La médecine expliquée au Haut Conseil à l'Intégration

Où le Haut Conseil à l’Intégration me poursuit de ses assiduités… via FR3 interposé !

 

 

Eh bien, je ne l’ai pas emporté au paradis ! Cela m’apprendra à taquiner ce monument républicain qui s’intitule le Haut Conseil à l’Intégration, et à révéler ses contre-vérités mexicaines (cf ma Note du 12 novembre)

Hier, sur FR3, avant une interview-express, on m’a ressorti comme « accroche », à la discussion sur la Mission d’information parlementaire sur la dite burqa, un reportage qui date… de janvier 2007, concernant le projet de Charte de la laïcité du HCI.

 

Le sujet, non pas le port du « voile intégral » mais les dites femmes musulmanes qui refusent de se déshabiller pour être examinées par un médecin homme

(dans le cas précis, il s’agissait d’un examen effectué par une gynécologue, mais avec un stagiaire homme regardant l’examen : il me semblait que la présence de stagiaires dans les examens médicaux était soumise à l’accord du patient, non ?)

 

A noter que bien des téléspectateurs ont du croire qu’il s’agissait d’un reportage actuel, d’une « affaire » toute récente.
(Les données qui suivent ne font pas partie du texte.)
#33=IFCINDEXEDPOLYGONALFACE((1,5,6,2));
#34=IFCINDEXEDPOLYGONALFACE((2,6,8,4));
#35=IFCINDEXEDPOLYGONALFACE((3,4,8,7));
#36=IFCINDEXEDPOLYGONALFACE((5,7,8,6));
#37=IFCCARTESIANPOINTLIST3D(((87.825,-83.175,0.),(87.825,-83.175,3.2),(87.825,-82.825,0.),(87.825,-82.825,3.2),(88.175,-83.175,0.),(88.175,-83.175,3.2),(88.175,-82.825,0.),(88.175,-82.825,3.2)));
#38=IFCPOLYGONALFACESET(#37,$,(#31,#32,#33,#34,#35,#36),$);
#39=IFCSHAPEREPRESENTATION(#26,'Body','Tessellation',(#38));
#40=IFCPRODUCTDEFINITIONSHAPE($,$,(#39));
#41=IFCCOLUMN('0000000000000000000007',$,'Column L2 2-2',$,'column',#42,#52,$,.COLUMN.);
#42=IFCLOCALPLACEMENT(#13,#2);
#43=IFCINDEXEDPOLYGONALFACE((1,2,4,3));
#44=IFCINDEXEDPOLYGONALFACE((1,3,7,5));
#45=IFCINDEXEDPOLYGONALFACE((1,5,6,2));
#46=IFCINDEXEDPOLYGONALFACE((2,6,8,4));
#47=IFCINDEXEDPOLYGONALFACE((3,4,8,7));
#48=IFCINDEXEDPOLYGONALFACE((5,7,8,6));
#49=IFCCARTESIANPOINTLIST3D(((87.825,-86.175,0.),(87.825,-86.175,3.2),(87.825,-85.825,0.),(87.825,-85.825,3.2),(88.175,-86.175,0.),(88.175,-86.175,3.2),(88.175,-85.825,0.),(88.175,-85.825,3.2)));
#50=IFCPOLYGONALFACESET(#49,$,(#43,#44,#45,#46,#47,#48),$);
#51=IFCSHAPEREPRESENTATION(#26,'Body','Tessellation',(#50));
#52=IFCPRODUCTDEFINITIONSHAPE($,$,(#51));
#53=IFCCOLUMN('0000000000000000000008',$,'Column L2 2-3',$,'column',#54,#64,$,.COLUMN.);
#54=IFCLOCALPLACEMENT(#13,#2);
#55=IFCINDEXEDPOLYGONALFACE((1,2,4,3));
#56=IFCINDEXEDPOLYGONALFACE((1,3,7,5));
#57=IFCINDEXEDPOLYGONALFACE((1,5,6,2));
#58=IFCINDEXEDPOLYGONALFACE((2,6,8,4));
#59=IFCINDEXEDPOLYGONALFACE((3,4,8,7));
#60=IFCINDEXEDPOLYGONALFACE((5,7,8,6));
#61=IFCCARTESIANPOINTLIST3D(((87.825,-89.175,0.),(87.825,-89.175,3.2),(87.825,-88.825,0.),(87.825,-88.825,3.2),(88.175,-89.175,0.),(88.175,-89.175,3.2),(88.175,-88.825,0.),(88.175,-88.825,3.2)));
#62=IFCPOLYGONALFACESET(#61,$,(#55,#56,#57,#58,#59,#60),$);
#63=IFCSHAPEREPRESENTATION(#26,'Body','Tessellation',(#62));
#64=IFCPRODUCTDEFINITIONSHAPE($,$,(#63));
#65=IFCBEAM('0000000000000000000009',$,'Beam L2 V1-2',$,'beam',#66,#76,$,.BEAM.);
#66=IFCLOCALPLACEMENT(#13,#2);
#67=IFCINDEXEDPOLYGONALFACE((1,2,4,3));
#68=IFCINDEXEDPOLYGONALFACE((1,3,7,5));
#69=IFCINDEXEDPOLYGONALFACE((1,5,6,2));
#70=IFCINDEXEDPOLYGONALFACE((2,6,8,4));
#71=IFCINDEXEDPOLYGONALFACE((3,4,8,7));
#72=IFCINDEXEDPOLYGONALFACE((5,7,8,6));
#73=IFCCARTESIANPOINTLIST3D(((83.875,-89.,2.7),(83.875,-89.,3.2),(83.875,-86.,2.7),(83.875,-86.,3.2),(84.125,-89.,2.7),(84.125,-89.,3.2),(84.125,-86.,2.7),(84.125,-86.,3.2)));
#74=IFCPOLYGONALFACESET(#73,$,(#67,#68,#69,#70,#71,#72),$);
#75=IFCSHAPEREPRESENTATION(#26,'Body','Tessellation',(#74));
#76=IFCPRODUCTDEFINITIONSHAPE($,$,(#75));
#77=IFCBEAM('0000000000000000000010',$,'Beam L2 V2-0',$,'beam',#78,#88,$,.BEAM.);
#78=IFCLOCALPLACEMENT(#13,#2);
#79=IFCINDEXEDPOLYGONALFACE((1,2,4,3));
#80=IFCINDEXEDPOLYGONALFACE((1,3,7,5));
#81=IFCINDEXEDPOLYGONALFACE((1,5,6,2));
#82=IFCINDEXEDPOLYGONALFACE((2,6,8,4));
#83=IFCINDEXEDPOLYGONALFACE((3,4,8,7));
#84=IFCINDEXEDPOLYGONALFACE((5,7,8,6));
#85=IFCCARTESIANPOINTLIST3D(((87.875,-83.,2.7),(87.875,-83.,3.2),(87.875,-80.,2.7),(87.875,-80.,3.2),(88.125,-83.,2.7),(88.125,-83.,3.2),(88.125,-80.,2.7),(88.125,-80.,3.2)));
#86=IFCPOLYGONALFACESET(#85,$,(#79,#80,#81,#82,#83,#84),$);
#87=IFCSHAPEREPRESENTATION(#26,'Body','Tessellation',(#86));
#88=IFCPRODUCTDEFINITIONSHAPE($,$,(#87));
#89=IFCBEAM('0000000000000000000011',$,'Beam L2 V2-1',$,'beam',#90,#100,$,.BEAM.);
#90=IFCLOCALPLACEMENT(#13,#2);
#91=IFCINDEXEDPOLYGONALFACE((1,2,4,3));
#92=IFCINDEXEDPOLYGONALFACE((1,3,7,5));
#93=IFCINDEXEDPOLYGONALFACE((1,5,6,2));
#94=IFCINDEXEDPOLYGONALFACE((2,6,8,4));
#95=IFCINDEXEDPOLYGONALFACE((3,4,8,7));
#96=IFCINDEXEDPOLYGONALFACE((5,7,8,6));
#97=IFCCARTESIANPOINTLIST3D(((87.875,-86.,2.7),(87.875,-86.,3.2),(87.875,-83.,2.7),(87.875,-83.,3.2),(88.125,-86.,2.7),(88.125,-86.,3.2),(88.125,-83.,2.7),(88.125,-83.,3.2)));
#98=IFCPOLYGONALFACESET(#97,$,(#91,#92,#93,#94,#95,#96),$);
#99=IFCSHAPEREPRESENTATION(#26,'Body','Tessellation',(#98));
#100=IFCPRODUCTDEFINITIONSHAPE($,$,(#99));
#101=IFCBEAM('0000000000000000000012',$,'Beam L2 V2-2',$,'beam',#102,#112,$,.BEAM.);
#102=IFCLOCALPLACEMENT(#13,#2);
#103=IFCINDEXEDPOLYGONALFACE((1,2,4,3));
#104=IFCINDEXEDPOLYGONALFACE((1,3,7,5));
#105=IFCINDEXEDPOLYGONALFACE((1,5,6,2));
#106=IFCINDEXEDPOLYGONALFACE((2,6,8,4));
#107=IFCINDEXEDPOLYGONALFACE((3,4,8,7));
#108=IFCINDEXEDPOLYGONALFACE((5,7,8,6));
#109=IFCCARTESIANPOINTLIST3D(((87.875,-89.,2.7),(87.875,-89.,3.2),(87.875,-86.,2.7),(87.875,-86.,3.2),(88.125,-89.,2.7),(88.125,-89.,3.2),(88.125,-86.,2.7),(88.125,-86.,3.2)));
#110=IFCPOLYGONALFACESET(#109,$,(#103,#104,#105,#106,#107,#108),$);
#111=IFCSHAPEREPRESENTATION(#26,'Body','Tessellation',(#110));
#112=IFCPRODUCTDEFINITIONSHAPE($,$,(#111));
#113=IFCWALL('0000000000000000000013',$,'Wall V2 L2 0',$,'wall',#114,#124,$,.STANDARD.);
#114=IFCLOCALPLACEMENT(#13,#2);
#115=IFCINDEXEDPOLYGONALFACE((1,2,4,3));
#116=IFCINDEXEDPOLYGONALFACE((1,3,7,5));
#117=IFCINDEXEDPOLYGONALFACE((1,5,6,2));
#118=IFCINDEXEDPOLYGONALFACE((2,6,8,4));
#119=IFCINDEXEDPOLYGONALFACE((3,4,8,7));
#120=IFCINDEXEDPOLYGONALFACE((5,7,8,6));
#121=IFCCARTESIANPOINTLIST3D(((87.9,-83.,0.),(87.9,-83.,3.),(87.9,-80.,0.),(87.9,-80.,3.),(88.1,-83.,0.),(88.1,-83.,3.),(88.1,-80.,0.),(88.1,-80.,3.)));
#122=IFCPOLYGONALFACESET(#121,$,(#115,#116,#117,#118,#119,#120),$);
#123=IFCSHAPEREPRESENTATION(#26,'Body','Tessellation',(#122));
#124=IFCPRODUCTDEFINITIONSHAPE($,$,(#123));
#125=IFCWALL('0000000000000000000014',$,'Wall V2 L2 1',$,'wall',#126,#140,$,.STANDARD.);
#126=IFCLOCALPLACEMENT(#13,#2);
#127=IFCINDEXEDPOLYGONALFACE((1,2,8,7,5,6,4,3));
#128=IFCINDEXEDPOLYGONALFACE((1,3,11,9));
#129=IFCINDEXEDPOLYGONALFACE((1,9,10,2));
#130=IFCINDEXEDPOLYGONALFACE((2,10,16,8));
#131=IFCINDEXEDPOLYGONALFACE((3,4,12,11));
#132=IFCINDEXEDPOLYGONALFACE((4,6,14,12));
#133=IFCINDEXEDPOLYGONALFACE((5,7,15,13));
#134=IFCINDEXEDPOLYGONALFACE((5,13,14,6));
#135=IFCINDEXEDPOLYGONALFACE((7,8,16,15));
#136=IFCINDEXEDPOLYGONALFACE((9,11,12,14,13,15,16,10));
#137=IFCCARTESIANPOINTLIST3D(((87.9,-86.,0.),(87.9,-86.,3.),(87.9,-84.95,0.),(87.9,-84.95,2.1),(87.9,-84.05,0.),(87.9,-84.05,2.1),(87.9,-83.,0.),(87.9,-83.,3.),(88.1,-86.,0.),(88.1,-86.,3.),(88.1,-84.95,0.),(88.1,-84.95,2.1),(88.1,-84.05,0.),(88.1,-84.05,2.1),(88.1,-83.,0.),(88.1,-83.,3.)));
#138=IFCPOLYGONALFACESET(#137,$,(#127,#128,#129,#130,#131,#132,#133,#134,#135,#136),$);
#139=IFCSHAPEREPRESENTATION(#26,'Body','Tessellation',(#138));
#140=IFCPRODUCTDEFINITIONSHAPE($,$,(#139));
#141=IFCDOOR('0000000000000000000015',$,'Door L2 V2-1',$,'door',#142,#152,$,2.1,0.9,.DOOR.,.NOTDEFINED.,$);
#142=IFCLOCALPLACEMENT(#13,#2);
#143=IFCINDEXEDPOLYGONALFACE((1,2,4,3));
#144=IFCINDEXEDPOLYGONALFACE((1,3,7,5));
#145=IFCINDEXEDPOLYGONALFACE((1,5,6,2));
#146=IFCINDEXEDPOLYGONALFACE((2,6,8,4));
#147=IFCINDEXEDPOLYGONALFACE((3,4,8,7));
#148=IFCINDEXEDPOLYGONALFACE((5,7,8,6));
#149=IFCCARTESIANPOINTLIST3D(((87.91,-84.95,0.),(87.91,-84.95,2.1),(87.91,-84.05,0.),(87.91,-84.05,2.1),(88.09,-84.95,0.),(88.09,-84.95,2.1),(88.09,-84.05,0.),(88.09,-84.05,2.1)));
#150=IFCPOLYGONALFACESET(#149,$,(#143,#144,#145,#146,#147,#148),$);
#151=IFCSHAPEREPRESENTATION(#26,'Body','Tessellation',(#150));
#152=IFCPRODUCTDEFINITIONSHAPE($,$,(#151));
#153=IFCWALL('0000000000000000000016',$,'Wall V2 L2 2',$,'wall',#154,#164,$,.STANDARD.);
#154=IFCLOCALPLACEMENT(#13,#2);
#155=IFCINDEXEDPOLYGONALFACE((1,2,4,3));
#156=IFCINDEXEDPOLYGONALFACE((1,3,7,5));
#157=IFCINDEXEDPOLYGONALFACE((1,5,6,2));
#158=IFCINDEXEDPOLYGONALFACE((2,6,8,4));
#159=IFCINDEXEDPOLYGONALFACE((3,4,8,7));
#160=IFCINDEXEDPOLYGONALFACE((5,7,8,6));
Or, je le répète, cela datait de près de 3 ans !

Etait-ce d’une telle importance qu’il fallait ressortir ce reportage du frigo ?

 

Et quel est le rapport entre les 2 problèmes (l’examen médical et la dite burqa)?

Pas la peine de chercher midi à 14 heures : la mise en cause de l’islam, ou d’un certain islam, si on veut faire plus raffiné.
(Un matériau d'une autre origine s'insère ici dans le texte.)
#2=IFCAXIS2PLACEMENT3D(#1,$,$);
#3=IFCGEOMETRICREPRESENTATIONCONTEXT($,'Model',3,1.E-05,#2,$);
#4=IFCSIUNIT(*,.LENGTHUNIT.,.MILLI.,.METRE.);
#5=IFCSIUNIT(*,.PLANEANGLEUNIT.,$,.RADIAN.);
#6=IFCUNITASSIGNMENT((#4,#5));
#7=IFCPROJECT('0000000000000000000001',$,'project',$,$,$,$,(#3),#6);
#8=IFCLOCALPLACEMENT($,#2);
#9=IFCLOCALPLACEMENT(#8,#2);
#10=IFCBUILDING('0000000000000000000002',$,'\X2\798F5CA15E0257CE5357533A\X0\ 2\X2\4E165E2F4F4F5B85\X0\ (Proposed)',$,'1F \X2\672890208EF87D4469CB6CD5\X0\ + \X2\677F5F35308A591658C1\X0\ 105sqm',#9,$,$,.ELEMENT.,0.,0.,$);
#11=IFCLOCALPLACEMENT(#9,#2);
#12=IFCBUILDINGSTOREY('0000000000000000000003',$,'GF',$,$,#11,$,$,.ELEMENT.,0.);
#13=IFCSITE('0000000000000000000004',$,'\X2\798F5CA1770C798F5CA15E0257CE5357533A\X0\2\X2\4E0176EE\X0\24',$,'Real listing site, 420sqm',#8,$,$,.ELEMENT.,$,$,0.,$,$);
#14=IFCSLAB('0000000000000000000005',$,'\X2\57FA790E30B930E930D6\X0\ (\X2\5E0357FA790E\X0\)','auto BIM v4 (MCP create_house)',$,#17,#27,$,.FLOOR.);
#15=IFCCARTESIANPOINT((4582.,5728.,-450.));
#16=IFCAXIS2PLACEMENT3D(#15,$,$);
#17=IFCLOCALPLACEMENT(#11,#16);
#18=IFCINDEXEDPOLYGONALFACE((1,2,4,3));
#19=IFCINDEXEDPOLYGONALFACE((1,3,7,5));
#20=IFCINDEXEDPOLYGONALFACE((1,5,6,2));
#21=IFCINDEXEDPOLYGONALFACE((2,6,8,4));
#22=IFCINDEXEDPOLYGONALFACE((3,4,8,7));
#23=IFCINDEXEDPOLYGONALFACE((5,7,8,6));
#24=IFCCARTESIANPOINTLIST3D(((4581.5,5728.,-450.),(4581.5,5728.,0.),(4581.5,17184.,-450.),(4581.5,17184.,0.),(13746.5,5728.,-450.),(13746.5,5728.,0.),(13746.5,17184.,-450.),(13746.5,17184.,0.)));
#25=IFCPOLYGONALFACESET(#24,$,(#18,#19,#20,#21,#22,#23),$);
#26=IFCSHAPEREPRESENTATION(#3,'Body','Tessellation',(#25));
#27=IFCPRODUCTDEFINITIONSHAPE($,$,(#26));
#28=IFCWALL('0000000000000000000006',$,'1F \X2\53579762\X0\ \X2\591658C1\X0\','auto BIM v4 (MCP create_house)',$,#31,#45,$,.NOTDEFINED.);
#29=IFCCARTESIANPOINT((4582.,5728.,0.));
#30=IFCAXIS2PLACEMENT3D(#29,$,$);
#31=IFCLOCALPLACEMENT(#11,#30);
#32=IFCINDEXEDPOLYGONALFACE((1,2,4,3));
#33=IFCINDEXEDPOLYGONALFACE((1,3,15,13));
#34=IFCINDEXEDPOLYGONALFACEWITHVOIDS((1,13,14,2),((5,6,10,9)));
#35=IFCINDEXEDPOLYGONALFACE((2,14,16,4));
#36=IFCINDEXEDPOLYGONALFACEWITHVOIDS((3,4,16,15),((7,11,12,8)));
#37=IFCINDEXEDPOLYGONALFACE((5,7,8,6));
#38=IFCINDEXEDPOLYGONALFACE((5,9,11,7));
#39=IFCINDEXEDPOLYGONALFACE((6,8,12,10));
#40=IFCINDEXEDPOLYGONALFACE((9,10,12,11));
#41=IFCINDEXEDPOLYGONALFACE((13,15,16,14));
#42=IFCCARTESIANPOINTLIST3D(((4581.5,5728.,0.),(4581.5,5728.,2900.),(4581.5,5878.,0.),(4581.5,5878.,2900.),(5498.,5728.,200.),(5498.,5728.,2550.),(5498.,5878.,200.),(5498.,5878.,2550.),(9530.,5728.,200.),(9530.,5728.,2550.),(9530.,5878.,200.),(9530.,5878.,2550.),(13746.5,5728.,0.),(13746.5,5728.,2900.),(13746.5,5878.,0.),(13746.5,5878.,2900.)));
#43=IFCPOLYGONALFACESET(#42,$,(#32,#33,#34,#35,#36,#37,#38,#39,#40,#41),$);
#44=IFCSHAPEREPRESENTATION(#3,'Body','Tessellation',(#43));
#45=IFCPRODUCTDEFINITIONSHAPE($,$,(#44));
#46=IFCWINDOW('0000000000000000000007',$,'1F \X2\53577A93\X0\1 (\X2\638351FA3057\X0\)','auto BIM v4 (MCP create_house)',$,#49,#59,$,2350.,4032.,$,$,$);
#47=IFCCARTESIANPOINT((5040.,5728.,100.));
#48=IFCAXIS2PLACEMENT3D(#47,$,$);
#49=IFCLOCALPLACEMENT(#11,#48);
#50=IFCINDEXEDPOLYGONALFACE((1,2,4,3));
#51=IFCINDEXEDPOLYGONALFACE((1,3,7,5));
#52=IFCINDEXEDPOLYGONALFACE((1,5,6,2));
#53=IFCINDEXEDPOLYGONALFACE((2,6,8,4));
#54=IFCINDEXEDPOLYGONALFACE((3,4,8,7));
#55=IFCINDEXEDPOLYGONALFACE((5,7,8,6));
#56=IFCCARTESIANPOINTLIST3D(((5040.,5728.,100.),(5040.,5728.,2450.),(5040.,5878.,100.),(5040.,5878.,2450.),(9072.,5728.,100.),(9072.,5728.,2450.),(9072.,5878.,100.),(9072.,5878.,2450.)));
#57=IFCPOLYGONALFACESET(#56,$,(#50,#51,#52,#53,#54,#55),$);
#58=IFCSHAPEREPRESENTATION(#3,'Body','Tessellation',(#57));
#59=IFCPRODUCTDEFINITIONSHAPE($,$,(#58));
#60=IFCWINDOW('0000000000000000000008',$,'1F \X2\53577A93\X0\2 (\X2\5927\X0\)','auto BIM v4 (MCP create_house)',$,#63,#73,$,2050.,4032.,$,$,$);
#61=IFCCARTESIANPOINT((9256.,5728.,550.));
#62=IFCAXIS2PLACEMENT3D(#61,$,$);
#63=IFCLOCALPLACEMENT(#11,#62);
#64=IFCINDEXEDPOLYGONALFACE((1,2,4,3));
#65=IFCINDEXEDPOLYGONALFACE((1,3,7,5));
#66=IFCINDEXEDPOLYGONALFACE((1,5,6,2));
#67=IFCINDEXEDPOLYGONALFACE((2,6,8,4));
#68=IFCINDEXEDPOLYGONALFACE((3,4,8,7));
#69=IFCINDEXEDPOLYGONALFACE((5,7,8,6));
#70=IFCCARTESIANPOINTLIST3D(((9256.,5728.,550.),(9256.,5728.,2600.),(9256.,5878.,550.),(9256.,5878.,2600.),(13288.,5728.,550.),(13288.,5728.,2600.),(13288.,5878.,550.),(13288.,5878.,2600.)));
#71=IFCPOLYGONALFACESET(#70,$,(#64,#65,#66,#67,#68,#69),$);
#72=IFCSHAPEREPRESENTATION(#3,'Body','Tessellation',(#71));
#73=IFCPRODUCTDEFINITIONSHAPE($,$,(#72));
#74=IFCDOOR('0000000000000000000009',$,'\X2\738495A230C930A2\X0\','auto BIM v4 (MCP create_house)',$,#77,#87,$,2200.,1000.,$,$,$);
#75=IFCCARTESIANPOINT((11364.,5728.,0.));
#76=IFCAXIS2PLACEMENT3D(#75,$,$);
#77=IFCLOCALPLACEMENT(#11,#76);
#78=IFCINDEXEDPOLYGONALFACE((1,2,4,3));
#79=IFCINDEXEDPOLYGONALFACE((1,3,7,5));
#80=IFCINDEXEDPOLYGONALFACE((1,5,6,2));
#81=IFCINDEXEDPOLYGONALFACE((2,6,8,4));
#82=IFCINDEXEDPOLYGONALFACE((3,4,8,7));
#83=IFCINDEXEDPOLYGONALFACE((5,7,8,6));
Moi je dirai d’ailleurs, plus exactement, la construction sociale d’un imaginaire concernant la femme musulmane.

Ah ben mais, j’sais causer quand même, j’ai lu des livres de la collection Arlequin.

 

Pourtant, dans mes enquêtes, en France comme au Canada, j’ai interviewé des femmes non musulmanes  qui m’ont dit choisir des gynécologues femmes, et estimer en avoir le droit.
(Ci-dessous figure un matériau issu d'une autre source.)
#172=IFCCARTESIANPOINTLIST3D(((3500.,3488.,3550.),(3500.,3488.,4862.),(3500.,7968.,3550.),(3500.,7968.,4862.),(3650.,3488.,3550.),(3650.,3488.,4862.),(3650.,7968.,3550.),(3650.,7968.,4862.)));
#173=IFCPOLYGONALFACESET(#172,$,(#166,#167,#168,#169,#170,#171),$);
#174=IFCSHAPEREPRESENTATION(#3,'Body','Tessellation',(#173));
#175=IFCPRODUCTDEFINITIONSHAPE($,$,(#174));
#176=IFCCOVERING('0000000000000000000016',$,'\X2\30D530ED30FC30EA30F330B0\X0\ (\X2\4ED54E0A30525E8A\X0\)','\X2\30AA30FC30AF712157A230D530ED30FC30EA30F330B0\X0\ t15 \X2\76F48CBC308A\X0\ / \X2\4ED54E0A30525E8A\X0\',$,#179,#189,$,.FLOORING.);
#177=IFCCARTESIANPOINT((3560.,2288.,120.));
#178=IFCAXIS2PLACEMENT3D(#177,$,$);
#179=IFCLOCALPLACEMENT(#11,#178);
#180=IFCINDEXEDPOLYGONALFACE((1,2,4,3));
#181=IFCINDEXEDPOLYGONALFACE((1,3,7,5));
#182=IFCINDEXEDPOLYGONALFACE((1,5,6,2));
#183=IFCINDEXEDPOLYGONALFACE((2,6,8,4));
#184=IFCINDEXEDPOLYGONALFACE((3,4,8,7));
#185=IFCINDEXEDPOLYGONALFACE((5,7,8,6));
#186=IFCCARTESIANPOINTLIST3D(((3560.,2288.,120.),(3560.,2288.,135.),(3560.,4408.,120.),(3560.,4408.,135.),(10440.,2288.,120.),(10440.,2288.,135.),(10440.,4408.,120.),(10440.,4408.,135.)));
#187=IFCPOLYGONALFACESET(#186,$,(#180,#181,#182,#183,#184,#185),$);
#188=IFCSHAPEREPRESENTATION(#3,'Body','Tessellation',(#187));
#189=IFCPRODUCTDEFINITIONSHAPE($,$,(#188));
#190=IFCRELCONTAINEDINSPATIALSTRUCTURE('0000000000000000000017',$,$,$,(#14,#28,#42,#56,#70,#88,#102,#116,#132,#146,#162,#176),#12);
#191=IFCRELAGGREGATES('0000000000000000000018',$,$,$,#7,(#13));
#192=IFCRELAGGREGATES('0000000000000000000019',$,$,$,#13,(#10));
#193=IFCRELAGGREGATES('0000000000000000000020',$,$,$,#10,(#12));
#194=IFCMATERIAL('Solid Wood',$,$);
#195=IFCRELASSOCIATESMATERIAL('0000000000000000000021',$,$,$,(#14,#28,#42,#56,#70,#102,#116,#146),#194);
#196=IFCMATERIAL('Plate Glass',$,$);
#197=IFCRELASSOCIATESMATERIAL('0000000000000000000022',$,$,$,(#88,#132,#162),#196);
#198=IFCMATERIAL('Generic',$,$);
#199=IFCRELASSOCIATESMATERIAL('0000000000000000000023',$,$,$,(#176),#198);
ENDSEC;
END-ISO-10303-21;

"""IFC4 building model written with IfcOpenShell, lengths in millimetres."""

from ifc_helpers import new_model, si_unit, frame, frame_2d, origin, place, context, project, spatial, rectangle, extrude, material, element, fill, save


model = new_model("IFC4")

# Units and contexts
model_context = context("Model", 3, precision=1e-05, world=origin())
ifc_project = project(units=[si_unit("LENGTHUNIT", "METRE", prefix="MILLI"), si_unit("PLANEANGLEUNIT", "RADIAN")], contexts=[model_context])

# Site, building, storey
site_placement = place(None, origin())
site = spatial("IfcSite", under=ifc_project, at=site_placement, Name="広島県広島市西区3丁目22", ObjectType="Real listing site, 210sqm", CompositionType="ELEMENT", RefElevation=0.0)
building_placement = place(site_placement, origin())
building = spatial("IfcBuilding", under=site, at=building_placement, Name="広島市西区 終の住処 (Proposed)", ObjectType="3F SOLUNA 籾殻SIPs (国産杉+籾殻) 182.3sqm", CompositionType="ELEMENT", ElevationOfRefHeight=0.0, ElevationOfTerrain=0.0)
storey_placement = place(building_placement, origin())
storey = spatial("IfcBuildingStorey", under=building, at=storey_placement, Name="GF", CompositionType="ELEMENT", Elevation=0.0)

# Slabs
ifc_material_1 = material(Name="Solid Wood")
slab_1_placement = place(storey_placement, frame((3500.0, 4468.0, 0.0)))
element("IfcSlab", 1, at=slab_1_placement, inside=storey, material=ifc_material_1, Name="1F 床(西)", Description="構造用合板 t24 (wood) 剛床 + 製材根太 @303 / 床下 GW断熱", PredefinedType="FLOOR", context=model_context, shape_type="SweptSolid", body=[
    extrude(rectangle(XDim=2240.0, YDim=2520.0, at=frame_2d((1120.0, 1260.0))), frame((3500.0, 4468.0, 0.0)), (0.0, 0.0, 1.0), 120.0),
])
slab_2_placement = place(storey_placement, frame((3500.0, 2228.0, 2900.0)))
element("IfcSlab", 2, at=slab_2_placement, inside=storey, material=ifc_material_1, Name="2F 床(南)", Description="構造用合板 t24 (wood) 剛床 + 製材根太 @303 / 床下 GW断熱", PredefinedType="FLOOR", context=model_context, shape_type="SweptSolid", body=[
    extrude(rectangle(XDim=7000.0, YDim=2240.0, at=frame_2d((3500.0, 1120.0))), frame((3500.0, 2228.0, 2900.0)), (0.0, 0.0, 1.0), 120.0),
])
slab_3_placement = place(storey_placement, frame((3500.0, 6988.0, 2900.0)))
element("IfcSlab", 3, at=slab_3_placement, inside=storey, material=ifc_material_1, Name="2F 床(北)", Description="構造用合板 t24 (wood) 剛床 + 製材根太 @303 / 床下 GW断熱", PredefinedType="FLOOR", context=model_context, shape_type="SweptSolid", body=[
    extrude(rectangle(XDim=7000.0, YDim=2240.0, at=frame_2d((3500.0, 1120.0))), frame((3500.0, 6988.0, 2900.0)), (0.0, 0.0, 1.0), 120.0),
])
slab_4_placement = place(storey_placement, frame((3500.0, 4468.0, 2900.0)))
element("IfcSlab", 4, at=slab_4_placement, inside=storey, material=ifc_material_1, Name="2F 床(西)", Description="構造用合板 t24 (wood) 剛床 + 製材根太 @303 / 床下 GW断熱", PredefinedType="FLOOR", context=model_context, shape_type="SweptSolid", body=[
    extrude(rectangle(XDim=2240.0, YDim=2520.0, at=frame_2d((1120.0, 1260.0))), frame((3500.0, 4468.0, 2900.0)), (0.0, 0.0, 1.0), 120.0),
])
Il y en a même une (bien estampillée Française, je le précise, pas une horrible canadienne multiculturelle, et tout et tout!) un peu énervée par les débats récurrents sur le sujet qui m’a demandé si la majorité des hommes qui ont des problèmes de prostate allaient consulter des médecins  femmes, et si (comme probablement ce n’est pas le cas) pourquoi on n’en faisait pas tout un bazar.

 

Dans ce reportage, on a entendu la présidente d’alors de HCI déclarer, sans grand souci de logique, qu’on avait le droit de choisir son médecin…mais pas le sexe de celui-ci.

Comme dirait l’autre : ces choses là sont rudes, il faut pour les comprendre avoir fait des études.

La preuve, bibi, à bac+24, je n’y comprends goutte.

Mais c’est parce que j’ai des siècles de paysannerie limousine dans mes veines, et (en plus) j’en suis fier.

Fier car les paysans ils ne se laissent pas entuber par les bieaux discours, où l’on agite des gros mots ronflants, comme si la république était toujours à dix centimètres du précipice.

 

Là, la président d’alors du HCI a prétendu que le non choix du sexe de son médecin était un problème « d’égalité », renvoyant ainsi à la devise républicaine.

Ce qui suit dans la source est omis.